Tutorial at IISWC 2019 - Challenges and Solutions for End-to-End and Across Stack ML Benchmarking

Abstract

The current landscape of Machine Learning (ML) and Deep Learning (DL) is rife with non-uniform models, frameworks, and system stacks. It lacks standard tools and methodologies to evaluate and profile models or systems. Due to the absence of standard tools, the state of the practice for evaluating and comparing the benefits of proposed AI innovations (be it hardware or software) on end-to-end AI pipelines is both arduous and error-prone — stifling the adoption of the innovations in a rapidly moving field.

Date
Nov 3, 2019 3:30 PM
Location
Orlando, FL

The goal of this tutorial is to discuss these challenges and solutions that will help address issues arising from evaluating ML models. The tutorial will educate audience on both evaluation scenarios and hardware metrics (such as different evaluation load behaviors, power efficiency, and utilization) that should be captured by benchmarking. The tutorial will also educate the attendees on state-of-the-art tools and best practices developed at the IBM-ILLINOIS Center for Cognitive Computing Systems Research (C3SR), some of which has won Best Research Paper Award at well-known international conferences. The tutorial will bring together experts from both industry and academia to discuss how these tools and methodologies can be leveraged for:

  1. Effective ML benchmarking across hardware and software stacks
  2. Repeatable and consistent ML benchmarking to characterize the performance of models, frameworks, and hardware
  3. Identifying pitfalls and myths of current ML benchmarking methodologies
  4. Utilizing a model evaluation specification to help model authors and framework developers communicate evaluation parameters with the hardware and system communities

Outcomes

The tutorial will present the challenges faced in optimizing and profiling within the ML domain. It will show how both the software and hardware stack contribute to the performance, accuracy, and efficiency of end-to-end model evaluation. This will be done by first identifying some common accuracy and performance pitfalls and myths prevalent in both the ML and architecture community.
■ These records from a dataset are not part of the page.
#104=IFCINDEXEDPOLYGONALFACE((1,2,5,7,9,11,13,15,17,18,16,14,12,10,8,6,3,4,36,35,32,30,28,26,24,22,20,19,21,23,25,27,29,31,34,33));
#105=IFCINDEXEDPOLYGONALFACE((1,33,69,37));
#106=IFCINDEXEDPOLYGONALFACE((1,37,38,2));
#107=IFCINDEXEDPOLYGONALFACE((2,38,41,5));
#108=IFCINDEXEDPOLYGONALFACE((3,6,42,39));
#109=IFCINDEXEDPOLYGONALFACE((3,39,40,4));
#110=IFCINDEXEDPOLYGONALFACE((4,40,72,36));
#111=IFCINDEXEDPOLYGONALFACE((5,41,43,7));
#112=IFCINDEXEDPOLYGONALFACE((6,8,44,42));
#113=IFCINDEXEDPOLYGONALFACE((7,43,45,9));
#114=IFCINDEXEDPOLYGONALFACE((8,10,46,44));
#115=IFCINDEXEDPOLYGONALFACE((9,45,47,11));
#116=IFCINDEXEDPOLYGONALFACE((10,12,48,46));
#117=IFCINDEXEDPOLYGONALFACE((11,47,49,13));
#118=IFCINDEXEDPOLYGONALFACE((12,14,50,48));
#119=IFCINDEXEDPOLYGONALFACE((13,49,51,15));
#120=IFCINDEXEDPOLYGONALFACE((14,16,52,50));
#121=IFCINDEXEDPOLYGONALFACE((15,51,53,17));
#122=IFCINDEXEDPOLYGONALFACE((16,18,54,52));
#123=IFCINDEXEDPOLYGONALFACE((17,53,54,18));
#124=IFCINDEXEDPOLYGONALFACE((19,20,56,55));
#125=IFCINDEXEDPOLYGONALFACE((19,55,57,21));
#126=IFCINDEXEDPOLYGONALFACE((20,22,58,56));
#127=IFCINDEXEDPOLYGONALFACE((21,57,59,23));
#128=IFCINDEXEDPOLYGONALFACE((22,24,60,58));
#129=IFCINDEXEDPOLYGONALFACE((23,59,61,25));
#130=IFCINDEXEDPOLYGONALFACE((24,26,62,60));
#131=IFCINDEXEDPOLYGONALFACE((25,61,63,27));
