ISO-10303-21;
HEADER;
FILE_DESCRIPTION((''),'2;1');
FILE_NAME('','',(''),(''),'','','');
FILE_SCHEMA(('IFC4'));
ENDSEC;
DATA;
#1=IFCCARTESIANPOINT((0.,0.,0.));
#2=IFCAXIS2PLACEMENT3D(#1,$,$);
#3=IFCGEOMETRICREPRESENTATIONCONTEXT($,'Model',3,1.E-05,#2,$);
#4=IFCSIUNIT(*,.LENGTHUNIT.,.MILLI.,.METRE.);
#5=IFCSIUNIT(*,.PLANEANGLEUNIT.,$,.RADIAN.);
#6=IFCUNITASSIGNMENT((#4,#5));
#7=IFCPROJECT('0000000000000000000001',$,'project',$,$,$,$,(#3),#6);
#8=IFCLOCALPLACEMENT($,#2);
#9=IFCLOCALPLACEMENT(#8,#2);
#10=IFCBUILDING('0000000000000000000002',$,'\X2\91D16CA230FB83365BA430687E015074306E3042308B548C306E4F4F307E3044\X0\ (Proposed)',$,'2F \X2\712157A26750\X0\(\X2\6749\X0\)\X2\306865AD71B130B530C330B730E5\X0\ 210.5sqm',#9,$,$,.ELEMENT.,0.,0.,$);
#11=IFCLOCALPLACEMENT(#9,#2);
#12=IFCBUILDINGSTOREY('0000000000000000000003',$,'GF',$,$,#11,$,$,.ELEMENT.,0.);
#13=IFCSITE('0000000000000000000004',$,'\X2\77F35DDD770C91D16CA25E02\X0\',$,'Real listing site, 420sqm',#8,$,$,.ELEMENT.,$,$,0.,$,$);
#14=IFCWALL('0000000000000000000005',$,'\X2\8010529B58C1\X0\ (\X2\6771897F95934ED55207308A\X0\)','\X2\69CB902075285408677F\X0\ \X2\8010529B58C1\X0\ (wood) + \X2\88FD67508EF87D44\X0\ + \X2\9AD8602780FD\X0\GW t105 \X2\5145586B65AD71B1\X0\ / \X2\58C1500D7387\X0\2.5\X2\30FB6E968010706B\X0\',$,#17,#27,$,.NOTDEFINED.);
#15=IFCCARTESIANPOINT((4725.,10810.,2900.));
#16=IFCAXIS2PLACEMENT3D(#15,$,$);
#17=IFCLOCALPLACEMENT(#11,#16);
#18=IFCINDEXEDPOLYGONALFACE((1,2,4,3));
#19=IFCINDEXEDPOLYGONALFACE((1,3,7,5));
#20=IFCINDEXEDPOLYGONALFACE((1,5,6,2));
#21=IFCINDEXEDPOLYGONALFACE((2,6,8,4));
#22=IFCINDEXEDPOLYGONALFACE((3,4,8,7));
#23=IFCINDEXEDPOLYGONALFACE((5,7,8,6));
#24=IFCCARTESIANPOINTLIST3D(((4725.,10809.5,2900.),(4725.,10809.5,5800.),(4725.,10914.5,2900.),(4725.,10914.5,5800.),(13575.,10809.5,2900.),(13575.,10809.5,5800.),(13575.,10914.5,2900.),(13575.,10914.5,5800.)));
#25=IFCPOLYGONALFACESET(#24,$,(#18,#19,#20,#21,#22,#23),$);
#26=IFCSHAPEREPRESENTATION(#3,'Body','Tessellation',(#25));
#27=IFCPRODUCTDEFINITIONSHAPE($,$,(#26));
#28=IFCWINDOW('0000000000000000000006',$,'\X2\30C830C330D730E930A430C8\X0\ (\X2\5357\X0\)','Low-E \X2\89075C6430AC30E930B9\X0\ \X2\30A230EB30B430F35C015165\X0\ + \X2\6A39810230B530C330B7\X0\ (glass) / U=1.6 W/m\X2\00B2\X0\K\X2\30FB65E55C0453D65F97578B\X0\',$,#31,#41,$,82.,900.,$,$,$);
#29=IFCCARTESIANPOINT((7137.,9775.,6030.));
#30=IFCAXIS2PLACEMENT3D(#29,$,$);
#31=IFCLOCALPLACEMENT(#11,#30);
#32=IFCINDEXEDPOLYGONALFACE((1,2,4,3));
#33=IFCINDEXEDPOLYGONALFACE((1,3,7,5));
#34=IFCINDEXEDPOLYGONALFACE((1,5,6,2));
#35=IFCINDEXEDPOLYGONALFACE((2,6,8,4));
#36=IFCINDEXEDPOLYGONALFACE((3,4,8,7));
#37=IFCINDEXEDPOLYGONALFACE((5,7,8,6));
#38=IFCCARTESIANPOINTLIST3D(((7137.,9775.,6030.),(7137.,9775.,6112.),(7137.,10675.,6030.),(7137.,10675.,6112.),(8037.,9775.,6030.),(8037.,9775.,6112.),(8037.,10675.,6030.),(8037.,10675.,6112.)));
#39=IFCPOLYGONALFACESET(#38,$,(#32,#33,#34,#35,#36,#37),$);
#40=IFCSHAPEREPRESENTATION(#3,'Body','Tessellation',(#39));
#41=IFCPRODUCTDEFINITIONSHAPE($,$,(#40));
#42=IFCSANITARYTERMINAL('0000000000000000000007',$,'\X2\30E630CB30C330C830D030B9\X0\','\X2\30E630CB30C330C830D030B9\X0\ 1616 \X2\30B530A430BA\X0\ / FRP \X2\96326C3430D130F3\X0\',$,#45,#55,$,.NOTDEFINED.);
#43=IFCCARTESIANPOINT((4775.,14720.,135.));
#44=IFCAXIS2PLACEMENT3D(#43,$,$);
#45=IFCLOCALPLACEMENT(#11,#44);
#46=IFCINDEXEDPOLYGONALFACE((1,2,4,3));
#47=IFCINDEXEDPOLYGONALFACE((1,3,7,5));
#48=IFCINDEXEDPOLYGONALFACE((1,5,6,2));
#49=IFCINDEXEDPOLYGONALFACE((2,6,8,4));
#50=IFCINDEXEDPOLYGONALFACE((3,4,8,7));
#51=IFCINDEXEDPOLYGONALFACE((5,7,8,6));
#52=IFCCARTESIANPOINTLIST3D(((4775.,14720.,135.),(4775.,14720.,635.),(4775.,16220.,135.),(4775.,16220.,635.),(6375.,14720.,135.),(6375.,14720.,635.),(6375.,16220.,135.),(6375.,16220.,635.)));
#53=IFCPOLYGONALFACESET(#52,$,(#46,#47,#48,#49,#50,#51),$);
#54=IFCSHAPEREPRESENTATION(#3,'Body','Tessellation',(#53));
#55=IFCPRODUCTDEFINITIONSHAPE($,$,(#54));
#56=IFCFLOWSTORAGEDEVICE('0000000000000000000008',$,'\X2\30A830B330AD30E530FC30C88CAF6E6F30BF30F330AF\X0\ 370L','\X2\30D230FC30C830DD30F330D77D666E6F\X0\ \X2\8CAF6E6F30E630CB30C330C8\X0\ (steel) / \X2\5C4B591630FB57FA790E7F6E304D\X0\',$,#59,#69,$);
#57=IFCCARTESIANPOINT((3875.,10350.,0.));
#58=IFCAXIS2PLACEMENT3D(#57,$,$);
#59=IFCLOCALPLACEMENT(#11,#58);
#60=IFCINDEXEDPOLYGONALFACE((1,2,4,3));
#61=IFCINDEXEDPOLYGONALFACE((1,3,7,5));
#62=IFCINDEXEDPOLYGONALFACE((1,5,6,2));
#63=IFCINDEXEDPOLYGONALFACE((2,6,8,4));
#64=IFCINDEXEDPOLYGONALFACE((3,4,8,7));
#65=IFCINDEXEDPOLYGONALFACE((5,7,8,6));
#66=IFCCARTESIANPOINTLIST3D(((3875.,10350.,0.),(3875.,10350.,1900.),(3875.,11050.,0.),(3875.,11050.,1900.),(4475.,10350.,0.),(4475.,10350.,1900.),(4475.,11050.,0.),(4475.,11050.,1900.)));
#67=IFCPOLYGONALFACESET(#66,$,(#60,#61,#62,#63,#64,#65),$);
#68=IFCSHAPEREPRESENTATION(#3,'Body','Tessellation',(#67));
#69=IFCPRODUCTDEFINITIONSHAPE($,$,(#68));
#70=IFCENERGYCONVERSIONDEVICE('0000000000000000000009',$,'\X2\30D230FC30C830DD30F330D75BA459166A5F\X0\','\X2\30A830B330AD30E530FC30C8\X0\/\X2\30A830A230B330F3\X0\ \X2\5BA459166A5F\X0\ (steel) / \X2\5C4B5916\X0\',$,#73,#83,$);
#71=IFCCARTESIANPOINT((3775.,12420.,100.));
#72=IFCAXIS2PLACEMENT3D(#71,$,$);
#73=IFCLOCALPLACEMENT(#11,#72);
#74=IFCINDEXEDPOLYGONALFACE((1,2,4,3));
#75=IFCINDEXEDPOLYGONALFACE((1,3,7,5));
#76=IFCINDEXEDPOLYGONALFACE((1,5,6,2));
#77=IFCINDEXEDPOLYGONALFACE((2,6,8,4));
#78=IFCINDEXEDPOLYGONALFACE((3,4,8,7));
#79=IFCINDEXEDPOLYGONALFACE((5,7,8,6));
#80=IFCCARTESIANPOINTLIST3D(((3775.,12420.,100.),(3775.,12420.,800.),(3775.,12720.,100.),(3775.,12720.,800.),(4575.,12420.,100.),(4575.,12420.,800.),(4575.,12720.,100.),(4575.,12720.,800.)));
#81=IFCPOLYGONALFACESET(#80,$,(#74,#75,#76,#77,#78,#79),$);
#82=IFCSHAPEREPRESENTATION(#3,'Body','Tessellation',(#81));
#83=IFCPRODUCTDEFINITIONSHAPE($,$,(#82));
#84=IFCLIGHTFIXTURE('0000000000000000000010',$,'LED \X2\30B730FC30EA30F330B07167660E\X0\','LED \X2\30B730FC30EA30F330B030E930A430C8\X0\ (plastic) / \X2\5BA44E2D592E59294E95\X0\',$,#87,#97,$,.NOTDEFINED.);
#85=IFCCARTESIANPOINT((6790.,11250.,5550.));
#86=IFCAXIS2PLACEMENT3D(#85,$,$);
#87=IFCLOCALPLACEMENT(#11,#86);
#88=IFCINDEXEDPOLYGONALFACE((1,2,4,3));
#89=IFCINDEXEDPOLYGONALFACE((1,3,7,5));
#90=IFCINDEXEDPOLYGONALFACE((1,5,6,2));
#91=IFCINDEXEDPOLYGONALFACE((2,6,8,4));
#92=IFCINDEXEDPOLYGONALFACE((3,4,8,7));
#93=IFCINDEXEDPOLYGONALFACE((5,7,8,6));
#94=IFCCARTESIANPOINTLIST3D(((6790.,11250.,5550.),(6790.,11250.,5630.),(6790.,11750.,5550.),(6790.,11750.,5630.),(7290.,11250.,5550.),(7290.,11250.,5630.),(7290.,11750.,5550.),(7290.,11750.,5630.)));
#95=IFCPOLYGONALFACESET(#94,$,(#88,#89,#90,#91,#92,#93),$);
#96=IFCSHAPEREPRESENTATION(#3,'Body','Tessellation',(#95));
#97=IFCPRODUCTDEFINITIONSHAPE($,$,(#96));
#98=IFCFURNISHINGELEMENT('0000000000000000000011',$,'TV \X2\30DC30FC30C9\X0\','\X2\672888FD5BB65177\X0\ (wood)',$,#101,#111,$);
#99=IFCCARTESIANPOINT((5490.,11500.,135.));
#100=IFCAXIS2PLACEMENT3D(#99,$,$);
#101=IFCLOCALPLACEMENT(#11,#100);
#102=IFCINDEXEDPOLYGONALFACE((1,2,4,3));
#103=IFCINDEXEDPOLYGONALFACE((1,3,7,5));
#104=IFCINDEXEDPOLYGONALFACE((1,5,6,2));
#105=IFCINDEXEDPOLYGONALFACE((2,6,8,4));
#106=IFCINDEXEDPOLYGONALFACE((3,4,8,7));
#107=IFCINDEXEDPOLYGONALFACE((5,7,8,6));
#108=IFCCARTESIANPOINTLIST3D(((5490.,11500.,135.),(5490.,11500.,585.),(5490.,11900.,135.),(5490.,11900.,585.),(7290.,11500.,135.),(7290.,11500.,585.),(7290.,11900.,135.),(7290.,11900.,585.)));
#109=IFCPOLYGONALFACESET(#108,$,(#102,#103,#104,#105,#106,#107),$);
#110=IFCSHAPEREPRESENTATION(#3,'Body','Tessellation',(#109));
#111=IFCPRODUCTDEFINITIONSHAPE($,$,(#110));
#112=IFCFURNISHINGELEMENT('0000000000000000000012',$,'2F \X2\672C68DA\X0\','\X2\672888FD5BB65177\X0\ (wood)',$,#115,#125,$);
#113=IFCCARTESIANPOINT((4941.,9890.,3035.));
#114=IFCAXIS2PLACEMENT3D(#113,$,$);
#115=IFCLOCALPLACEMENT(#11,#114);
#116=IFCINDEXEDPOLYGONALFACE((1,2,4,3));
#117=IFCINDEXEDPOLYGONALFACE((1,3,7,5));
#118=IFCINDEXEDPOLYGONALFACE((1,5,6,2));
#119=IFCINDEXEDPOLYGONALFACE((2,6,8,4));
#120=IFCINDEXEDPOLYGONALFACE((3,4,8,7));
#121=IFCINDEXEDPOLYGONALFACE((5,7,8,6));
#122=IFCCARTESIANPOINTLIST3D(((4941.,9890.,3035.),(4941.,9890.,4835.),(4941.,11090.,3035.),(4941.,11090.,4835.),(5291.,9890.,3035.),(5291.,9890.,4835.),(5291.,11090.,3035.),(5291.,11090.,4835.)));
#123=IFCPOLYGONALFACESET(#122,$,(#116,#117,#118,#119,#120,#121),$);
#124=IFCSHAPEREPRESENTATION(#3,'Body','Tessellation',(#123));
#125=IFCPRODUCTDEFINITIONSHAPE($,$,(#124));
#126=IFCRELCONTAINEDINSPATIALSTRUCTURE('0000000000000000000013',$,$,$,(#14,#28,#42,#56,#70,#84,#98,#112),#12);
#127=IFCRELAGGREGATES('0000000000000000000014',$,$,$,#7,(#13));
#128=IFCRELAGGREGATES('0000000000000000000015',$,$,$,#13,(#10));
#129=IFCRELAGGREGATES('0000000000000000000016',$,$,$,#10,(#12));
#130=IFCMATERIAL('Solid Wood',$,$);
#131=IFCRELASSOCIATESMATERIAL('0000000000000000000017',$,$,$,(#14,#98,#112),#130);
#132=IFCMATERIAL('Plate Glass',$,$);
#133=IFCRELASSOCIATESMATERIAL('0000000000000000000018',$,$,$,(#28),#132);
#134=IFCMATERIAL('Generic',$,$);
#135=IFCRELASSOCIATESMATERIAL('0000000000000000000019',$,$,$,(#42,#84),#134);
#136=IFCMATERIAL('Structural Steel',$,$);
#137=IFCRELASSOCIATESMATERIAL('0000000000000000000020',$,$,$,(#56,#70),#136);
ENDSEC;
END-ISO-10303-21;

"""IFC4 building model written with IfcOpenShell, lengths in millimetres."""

from ifc_helpers import new_model, si_unit, frame, frame_2d, origin, place, context, project, spatial, rectangle, extrude, material, element, save


model = new_model("IFC4")

# Units and contexts
model_context = context("Model", 3, precision=1e-05, world=origin())
ifc_project = project(units=[si_unit("LENGTHUNIT", "METRE", prefix="MILLI"), si_unit("PLANEANGLEUNIT", "RADIAN")], contexts=[model_context])

# Site, building, storey
site_placement = place(None, origin())
site = spatial("IfcSite", under=ifc_project, at=site_placement, Name="石川県金沢市", ObjectType="Real listing site, 420sqm", CompositionType="ELEMENT", RefElevation=0.0)
building_placement = place(site_placement, origin())
building = spatial("IfcBuilding", under=site, at=building_placement, Name="金沢・茶室と縁側のある和の住まい (Proposed)", ObjectType="2F 無垢材(杉)と断熱サッシュ 210.5sqm", CompositionType="ELEMENT", ElevationOfRefHeight=0.0, ElevationOfTerrain=0.0)
storey_placement = place(building_placement, origin())
storey = spatial("IfcBuildingStorey", under=building, at=storey_placement, Name="GF", CompositionType="ELEMENT", Elevation=0.0)

# Shared definitions
ifc_material_1 = material(Name="Solid Wood")

# Wall
wall_1_placement = place(storey_placement, frame((4725.0, 10810.0, 2900.0)))
element("IfcWall", 1, at=wall_1_placement, inside=storey, material=ifc_material_1, Name="耐力壁 (東西間仕切り)", Description="構造用合板 耐力壁 (wood) + 製材軸組 + 高性能GW t105 充填断熱 / 壁倍率2.5・準耐火", PredefinedType="NOTDEFINED", context=model_context, shape_type="SweptSolid", body=[
    extrude(rectangle(XDim=8850.0, YDim=105.0, at=frame_2d((4425.0, 52.0))), frame((4725.0, 10810.0, 2900.0)), (0.0, 0.0, 1.0), 2900.0),
])

# Window
ifc_material_2 = material(Name="Plate Glass")
window_placement = place(storey_placement, frame((7137.0, 9775.0, 6030.0)))
element("IfcWindow", 2, at=window_placement, inside=storey, material=ifc_material_2, Name="トップライト (南)", Description="Low-E 複層ガラス アルゴン封入 + 樹脂サッシ (glass) / U=1.6 W/m²K・日射取得型", OverallHeight=82.0, OverallWidth=900.0, context=model_context, shape_type="SweptSolid", body=[
    extrude(rectangle(XDim=900.0, YDim=900.0, at=frame_2d((450.0, 450.0))), frame((7137.0, 9775.0, 6030.0)), (0.0, 0.0, 1.0), 82.0),
])

# Sanitary terminal
ifc_material_3 = material(Name="Generic")
sanitary_terminal_placement = place(storey_placement, frame((4775.0, 14720.0, 135.0)))
element("IfcSanitaryTerminal", 3, at=sanitary_terminal_placement, inside=storey, material=ifc_material_3, Name="ユニットバス", Description="ユニットバス 1616 サイズ / FRP 防水パン", PredefinedType="NOTDEFINED", context=model_context, shape_type="SweptSolid", body=[
    extrude(rectangle(XDim=1600.0, YDim=1500.0, at=frame_2d((800.0, 750.0))), frame((4775.0, 14720.0, 135.0)), (0.0, 0.0, 1.0), 500.0),
])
Through the tutorial,attendees will learn how to identify performance bottlenecks of current models, frameworks, and hardware by leveraging state-of-the-art tools. The presenters will then use these tools to support both architectural and software claims made during the course of the presentation. The tutorial will also train the audience on how to use these tools to support similar claims by easily traversing from an application performance profile all the way down to the hardware details to identify application bottlenecks.

Coverage

The tutorial will take a top down approach starting introducing the models, then frameworks, then system libraries, and finally hardware and accelerators.

  1. Models: the tutorial will look at a diverse set of models including image classification, image segmentation, style transfer, etc. it will identify common layers (Conv, BN, RELU, etc…) and building block patterns (Inception, ResNet, etc…) within these networks and present tools on how to extract these patterns. We will use these to perform data-driven approach on why certain compiler and hardware optimizations are prevalent within industry and research. We will also identify patterns within the weights either for quantization or compression of models.

  2. Frameworks: we will look at popular frameworks such as TensorFlow, TFLite, TensorRT, Pytorch, Caffe, Caffe2, Onnx Runtime, and CNTK. We will compare the frameworks by looking at both their performance and ease of programmability. For example, we will look at how both the eager or lazy evaluation approaches affect the programmability of a model and how different storage formats affect their performance.

  3. System Libraries: the tutorial will look at how the end-to-end accuracy is affected by the underlying system libraries such as JPEG decoding methods. The tutorial will also examine the performance of BLAS and DNN functions from vendors such as cuDNN and MKL-DNN, how they are used, how much they utilize the hardware resources, and potential optimizations to either the system libraries or how they are called.

  4. Hardware: we will finally show how the above affects the hardware or accelerators running the model. We will show how one can identify the hardware behavior and map the behavior back to the application source code. We will show both the efficiency and utilization of current generation accelerators for both edge and server workloads.